In reality, right and left, conservative and liberal, make no sense in a Jewish context. The first characteristic of the first Jew, Avraham Avinu, was Chesed, loving kindness. How can any Jew not have compassion? The second characteristic, Gevurah, strength, requires one to be responsible. In order to maintain the balance between loving kindness and responsibility HaShem gave us the Torah.

An example of the wisdom necessary to maintain this balance is exemplified by one of the other major issues in the current controversy, changing the Law of Return. The impetus for this is the demographic shift in Aliyah to Israel from the former Soviet Union to Israel. When the doors opened up in the 1990s, 90% of the Russians making Aliyah were Jewish according to Jewish law. With the recent wave, it’s down to 30%. It’s a problem that separates the two sides. One side is looking with loving kindness, the other responsibility. Last year Israel brought in approximately 75,000 people on Aliyah based on the Law of Return, most from the former Soviet Union and Ukraine. With only 30% being Jewish according to Jewish Law (Halacha), we’re building up a large population of people who aren’t Jewish and even under the relatively friendly and easier system of conversion (Nativ) that’s been developed in concert with the military, only 20% choose to convert. This means that, for the first time, there will be a considerable population who join the military, consider themselves Israeli yet are not Jewish, with the inevitable intermarriage that will result. Responsibility says we must limit this problem.

But then there was this young girl at our table. She told us that she was living in Russia and that, when Russia invaded Ukraine, she raised money and worked to help the Jews of Ukraine get to safety in Israel. She told us her father was from Ukraine and her mother was Russian. It didn’t take long before two KGB officers (now called GRU) came knocking on the door and Putin enacted a law that anyone helping Ukrainians gets 20 years in the Gulag. She immediately left Russia with her younger brother and made Aliyah to Israel. After she arrived, while on the bus to the Ulpan to learn Hebrew, the bus had an accident, she ended up in the hospital and lost all her luggage.

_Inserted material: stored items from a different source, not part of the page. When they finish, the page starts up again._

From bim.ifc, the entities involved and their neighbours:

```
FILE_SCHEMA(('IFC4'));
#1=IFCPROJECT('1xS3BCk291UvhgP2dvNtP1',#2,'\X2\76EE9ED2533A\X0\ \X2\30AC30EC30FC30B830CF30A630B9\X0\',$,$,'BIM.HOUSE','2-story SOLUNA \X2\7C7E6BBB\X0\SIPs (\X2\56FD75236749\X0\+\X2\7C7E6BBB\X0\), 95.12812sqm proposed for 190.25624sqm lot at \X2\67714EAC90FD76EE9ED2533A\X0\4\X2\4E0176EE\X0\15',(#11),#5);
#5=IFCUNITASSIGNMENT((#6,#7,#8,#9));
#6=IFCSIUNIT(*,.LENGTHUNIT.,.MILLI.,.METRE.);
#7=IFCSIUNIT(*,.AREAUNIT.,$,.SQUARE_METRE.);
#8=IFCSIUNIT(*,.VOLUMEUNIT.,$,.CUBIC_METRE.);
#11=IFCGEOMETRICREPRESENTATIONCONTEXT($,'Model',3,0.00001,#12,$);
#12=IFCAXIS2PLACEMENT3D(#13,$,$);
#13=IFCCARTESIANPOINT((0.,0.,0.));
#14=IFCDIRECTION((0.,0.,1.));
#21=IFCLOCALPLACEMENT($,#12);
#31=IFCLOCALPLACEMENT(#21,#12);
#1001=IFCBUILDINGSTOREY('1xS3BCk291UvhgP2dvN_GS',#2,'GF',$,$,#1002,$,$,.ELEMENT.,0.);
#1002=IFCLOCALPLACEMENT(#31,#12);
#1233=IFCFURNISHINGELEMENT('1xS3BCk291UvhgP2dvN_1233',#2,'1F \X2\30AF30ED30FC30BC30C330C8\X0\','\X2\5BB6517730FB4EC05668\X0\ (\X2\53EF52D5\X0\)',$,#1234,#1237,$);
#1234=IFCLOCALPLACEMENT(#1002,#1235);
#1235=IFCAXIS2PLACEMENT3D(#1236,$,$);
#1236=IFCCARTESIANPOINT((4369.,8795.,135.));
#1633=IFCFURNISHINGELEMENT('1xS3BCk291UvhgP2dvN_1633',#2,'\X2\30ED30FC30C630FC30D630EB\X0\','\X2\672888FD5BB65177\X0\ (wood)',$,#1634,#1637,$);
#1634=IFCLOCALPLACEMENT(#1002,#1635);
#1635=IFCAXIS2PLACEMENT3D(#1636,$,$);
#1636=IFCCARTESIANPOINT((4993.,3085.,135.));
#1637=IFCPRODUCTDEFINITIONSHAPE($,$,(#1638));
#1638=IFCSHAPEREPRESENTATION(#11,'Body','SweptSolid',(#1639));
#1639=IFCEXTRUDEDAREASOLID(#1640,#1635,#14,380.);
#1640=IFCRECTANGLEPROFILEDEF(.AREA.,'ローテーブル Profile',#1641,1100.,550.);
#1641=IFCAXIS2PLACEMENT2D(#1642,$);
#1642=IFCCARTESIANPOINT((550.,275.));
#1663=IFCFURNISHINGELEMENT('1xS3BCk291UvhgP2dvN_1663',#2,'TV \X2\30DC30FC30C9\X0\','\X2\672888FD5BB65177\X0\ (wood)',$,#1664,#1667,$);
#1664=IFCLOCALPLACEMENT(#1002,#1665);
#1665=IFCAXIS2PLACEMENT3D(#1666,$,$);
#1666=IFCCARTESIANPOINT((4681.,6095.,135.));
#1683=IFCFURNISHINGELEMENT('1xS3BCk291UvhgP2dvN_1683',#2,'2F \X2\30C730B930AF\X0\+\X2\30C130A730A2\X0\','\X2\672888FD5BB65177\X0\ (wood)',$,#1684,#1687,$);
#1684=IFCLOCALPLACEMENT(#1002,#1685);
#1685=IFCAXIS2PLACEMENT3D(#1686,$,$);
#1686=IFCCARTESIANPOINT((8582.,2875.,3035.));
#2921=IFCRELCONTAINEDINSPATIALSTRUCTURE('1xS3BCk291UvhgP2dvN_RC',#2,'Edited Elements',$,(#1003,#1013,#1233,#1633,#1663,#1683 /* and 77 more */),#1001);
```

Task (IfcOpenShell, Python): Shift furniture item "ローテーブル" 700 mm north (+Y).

```python
import ifcopenshell
import ifcopenshell.api.geometry
import ifcopenshell.util.placement
import ifcopenshell.util.unit

model = ifcopenshell.open("bim.ifc")
unit_scale = ifcopenshell.util.unit.calculate_unit_scale(model)

item = model.by_id(1633)
matrix = ifcopenshell.util.placement.get_local_placement(item.ObjectPlacement)
matrix[1, 3] += 0.7 / unit_scale
ifcopenshell.api.geometry.edit_object_placement(model, product=item, matrix=matrix, is_si=False)

print(ifcopenshell.util.placement.get_local_placement(item.ObjectPlacement).round(3) + 0.0)

model.write("bim-out.ifc")
```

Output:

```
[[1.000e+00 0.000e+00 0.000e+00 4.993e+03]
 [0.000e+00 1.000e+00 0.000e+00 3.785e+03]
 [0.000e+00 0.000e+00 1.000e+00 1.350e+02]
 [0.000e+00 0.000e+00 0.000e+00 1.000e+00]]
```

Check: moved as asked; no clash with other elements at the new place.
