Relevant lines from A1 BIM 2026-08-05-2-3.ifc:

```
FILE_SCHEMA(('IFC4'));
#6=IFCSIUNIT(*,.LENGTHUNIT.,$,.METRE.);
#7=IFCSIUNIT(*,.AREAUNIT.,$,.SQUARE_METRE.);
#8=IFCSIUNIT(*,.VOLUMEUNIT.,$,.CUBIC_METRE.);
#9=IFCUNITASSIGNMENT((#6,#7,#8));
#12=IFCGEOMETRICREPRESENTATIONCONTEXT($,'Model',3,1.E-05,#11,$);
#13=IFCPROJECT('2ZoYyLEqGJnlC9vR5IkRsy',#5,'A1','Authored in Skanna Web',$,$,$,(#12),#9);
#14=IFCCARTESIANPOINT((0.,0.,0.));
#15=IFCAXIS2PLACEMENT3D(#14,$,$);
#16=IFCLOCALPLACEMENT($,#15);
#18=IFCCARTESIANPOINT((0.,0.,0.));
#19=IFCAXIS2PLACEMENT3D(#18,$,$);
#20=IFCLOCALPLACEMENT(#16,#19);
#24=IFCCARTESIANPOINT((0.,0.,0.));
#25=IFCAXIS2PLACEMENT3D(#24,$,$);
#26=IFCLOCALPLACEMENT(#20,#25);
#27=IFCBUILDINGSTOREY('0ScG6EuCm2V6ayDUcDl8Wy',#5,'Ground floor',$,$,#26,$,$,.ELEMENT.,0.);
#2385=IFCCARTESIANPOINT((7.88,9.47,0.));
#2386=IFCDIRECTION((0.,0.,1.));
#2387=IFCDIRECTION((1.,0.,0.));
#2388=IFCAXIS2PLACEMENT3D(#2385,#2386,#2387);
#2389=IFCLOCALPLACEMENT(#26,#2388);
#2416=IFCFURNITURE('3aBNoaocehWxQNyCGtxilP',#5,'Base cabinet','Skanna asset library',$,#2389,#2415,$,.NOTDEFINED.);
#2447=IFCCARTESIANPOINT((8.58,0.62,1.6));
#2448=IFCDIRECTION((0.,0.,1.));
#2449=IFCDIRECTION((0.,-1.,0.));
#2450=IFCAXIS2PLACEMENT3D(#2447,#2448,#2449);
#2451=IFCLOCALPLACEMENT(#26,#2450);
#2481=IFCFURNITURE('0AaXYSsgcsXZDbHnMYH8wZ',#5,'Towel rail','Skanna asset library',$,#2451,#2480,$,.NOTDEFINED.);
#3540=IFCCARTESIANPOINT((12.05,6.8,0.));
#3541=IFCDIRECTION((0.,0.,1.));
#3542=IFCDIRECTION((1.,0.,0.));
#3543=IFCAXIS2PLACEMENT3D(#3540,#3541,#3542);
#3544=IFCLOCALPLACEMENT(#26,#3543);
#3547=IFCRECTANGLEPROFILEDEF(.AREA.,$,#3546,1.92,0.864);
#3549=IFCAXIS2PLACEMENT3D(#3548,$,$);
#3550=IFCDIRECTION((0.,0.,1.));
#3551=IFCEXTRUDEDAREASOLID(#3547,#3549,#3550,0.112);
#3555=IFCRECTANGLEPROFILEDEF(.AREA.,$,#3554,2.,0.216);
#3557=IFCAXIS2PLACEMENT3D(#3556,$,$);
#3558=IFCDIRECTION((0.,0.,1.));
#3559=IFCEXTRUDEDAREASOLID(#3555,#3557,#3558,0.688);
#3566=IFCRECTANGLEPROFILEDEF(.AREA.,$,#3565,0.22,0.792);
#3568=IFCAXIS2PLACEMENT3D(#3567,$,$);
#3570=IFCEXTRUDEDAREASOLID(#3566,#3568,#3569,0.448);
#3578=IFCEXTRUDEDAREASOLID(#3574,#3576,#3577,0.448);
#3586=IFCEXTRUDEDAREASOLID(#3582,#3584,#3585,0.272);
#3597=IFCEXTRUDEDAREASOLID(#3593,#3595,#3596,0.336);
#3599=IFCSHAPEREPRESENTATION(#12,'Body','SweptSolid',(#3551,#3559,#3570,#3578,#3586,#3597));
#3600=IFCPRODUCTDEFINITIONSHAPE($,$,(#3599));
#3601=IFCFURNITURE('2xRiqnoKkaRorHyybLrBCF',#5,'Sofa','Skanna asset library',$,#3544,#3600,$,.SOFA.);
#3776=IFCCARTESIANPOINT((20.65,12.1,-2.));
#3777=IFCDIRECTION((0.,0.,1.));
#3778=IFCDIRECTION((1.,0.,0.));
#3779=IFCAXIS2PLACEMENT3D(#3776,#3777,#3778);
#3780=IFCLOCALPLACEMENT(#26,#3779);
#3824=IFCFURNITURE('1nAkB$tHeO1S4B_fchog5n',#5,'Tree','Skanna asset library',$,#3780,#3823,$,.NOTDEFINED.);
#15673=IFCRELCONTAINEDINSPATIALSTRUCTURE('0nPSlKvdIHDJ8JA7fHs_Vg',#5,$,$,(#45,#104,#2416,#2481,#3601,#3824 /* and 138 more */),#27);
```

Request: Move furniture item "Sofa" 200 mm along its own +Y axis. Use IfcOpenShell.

```python
import ifcopenshell
import ifcopenshell.api.geometry
import ifcopenshell.util.placement

model = ifcopenshell.open("A1 BIM 2026-08-05-2-3.ifc")

item = model.by_guid("2xRiqnoKkaRorHyybLrBCF")
matrix = ifcopenshell.util.placement.get_local_placement(item.ObjectPlacement)
matrix[:3, 3] += matrix[:3, 1] * 0.2
ifcopenshell.api.geometry.edit_object_placement(model, product=item, matrix=matrix, is_si=False)

print(ifcopenshell.util.placement.get_local_placement(item.ObjectPlacement).round(3) + 0.0)

model.write("A1 BIM 2026-08-05-2-3_updated.ifc")
```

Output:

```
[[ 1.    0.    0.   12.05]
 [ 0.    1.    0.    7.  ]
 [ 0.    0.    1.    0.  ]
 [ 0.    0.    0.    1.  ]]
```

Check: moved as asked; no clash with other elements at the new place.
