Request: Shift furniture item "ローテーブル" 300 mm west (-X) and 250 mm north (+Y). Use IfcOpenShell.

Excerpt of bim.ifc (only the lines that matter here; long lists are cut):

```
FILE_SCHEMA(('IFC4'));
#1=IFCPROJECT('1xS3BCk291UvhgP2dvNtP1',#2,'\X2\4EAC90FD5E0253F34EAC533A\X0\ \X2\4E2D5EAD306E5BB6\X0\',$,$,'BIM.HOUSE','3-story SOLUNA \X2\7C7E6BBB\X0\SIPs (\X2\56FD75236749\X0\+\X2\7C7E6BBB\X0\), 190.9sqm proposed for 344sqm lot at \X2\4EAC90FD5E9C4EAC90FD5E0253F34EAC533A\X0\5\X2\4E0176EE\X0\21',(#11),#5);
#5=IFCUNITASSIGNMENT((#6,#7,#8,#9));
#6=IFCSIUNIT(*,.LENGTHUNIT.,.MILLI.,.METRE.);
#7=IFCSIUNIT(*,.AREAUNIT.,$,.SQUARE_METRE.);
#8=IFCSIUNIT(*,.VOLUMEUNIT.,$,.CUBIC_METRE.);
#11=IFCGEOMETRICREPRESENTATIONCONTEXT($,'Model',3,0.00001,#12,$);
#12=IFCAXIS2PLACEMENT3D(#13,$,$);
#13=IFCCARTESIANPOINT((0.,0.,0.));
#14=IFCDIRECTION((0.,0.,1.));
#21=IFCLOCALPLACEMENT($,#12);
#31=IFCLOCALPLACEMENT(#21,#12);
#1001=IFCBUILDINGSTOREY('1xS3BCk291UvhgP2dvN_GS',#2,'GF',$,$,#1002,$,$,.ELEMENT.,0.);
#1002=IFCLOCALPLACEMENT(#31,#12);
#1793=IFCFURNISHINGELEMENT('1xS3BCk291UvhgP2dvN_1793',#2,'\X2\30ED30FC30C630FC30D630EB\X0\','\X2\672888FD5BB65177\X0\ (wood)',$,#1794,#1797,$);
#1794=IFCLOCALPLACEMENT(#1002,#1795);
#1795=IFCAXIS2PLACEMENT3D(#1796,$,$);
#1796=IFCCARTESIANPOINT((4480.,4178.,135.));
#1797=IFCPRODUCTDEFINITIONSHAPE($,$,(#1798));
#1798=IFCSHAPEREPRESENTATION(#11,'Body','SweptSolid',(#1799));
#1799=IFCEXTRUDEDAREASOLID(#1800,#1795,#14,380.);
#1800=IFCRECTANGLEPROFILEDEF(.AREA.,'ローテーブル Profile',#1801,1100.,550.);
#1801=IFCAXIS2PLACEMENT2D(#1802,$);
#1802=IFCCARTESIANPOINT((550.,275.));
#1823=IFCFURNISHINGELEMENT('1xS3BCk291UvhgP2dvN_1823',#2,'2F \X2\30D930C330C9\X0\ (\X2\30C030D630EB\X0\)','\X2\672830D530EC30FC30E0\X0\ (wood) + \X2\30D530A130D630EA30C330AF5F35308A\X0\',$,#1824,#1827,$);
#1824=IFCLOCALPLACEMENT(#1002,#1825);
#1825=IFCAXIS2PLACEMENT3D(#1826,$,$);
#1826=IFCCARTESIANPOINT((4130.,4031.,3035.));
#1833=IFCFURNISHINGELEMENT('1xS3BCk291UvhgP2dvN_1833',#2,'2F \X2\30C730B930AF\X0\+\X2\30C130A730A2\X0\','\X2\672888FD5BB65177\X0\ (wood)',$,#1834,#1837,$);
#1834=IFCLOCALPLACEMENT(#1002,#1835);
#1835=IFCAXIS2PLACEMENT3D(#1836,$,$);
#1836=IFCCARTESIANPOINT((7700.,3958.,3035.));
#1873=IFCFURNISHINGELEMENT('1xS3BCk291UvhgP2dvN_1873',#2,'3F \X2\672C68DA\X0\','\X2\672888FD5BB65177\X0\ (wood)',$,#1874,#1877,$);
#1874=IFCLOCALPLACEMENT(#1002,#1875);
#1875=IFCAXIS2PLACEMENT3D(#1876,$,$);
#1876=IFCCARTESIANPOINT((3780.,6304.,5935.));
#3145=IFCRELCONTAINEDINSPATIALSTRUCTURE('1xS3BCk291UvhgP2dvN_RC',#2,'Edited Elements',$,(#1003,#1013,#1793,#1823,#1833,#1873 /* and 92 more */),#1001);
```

```python
import ifcopenshell
import ifcopenshell.api.geometry
import ifcopenshell.util.placement
import ifcopenshell.util.unit

model = ifcopenshell.open("bim.ifc")
unit_scale = ifcopenshell.util.unit.calculate_unit_scale(model)

item = model.by_guid("1xS3BCk291UvhgP2dvN_1793")
matrix = ifcopenshell.util.placement.get_local_placement(item.ObjectPlacement)
matrix[0, 3] -= 0.3 / unit_scale
matrix[1, 3] += 0.25 / unit_scale
ifcopenshell.api.geometry.edit_object_placement(model, product=item, matrix=matrix, is_si=False)

print(ifcopenshell.util.placement.get_local_placement(item.ObjectPlacement).round(3) + 0.0)

model.write("bim_v2.ifc")
```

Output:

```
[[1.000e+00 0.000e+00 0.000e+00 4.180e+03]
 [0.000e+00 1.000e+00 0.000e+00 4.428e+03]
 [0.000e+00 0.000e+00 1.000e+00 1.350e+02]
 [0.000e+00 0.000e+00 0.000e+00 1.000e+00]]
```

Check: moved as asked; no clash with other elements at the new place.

Here she was, alone with her younger brother, no money, no relatives, in a strange country. We asked about her background. She said only her father was Jewish and someone asked her if she understood that required a conversion. She said yes. She told us her story with such trembling that we tried to give her assurance that she was with “family” and it was OK. All of a sudden the demographic problem had a human face, the clarity from a distance became complex, my Jewish heart took over, and I just wanted to take care of her like I would do with any of my grandchildren.

None of these problems are easy. We need the wisdom of Solomon and the courage to find the middle road that preserves Halacha (Jewish Law) but does so with a human face and a Jewish heart. Hopefully we’ll remember that both are our inheritance and that if we work hard enough to pull towards the center we’ll discover another human being on the other side, another Jew and that we’re all family.